Hard Seltzer Production Methods10 min read

The sale of hard seltzers is growing [i] and projected to keep growing for the near future [ii, iii]. Although initially pegged as a summer drink that would mostly appeal to millennial women, it now shows strong sales year-round [iv] to more than just millennials [v] and to both sexes [vi]. Many breweries are adding hard seltzer to their lineup and finding them profitable.

Characteristics of Hard Seltzer

There is a fair amount of variation among hard seltzers. However, the “classic” hard seltzer — as typified by White Claw, Truly, Bon and Viv and many other brands — is a clear, usually colorless, alcoholic beverage with 4–5% alcohol by volume. Hard seltzers of this type typically have 90–100 Calories per 12-oz. (355 mL) serving, with the vast majority of Calories coming from the alcohol. Most have only a few grams of carbohydrate per serving and many are advertised as being gluten-free. Their primary appeal is thought to be the public’s impression of them being a healthy alternative to more Caloric beverages such as beer or wine. Hard seltzers are very fizzy, most often showing 2.8 volumes of carbon dioxide (CO2). Their pH is low, often adjusted to 3.1 with citric or malic acid.

The basic procedure for making a hard seltzer is to ferment a sugar solution to make a strong alcoholic base beverage. The fermented sugar wash is filtered to yield a clear, odorless, flavorless, and colorless solution. This solution is diluted to working strength and flavoring is added. The flavoring may be accentuated with citric or malic acid and a small amount of sugar. The beverage is then stabilized, carbonated, and packaged. Before attempting a production-scale batch, brewers should try multiple pilot batches to settle on a yeast strain and level of yeast nutrients capable of producing an ordered fermentation.

The Sugar Wash

The initial sugar wash is made from sugar and water. Acid may be added to adjust its pH and yeast nutrients must be supplied.

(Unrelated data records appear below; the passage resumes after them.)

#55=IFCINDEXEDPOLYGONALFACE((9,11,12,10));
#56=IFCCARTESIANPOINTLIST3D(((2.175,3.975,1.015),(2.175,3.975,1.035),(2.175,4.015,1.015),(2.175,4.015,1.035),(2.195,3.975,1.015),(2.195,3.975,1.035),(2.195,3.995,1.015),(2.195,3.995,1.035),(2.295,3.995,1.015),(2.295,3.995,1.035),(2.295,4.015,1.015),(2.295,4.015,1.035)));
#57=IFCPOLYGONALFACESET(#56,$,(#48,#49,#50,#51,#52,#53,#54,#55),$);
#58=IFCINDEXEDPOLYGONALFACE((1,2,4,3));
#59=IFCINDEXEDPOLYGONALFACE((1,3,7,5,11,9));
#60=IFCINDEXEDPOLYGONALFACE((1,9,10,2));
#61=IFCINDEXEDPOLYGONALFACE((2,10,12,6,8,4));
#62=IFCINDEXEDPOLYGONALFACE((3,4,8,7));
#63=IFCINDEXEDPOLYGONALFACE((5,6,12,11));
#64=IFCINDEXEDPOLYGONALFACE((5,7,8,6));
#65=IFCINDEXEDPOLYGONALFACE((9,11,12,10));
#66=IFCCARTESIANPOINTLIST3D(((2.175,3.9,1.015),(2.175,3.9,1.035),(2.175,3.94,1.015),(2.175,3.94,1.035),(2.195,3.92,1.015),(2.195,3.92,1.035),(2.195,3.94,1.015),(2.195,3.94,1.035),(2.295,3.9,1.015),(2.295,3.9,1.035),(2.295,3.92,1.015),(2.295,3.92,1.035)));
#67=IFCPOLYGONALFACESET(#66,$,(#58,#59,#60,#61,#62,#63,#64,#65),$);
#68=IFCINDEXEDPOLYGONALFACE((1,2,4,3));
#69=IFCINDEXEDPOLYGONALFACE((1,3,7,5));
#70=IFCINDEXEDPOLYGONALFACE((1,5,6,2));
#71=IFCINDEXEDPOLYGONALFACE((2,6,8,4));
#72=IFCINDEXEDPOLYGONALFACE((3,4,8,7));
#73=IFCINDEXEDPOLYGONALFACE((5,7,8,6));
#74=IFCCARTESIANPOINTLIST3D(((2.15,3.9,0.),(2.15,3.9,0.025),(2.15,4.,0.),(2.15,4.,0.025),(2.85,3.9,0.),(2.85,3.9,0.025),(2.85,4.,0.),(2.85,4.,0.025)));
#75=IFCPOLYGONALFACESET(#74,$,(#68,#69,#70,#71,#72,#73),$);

As 95% or more of the beverage is water, it is imperative that the water tastes good. The addition of a small amount of calcium chloride, calcium sulfate, or both, may improve the taste of water that is extremely low in minerals. Additions that contribute to a total concentration of 50–100 ppm should be sufficient.

The most commonly used sugars are sucrose or glucose (also called dextrose). These are added at a rate of (5.4 lbs. • °Brix) per barrel for sucrose or (6.7 lbs. • °Brix) per barrel for glucose. In other words, 5.4 lbs. (2.5 kg) of sucrose added to one US barrel makes a solution with density of 1 °Brix. Degrees Brix is the density of a solution of sucrose in water, expressed as a percent. In other words, a solution of 10% sucrose (w/w) sugar has a density of 10 °Brix. The scale is similar to °Plato. [7]. The weight difference is due to the fact that sucrose is sold an anhydrous crystal whereas glucose is most commonly sold as glucose or dextrose monohydrate (C6H12O6•H2O). Anhydrous glucose is available, but would be prohibitively expensive and offer no benefits compared to glucose monohydrate. When mixing, be aware that 13.5 lb. (6.12 kg) of sugar displaces 1.0 gallon (3.8 L) water. The initial density of the solution should be 8.0–10 °Brix for sugars washes intended to produce 4–5% ABV solutions after fermentation. Most frequently, however, a high-gravity solution — 18 °Brix or higher — is mixed. The resulting strong alcoholic solution is diluted to working strength before packaging.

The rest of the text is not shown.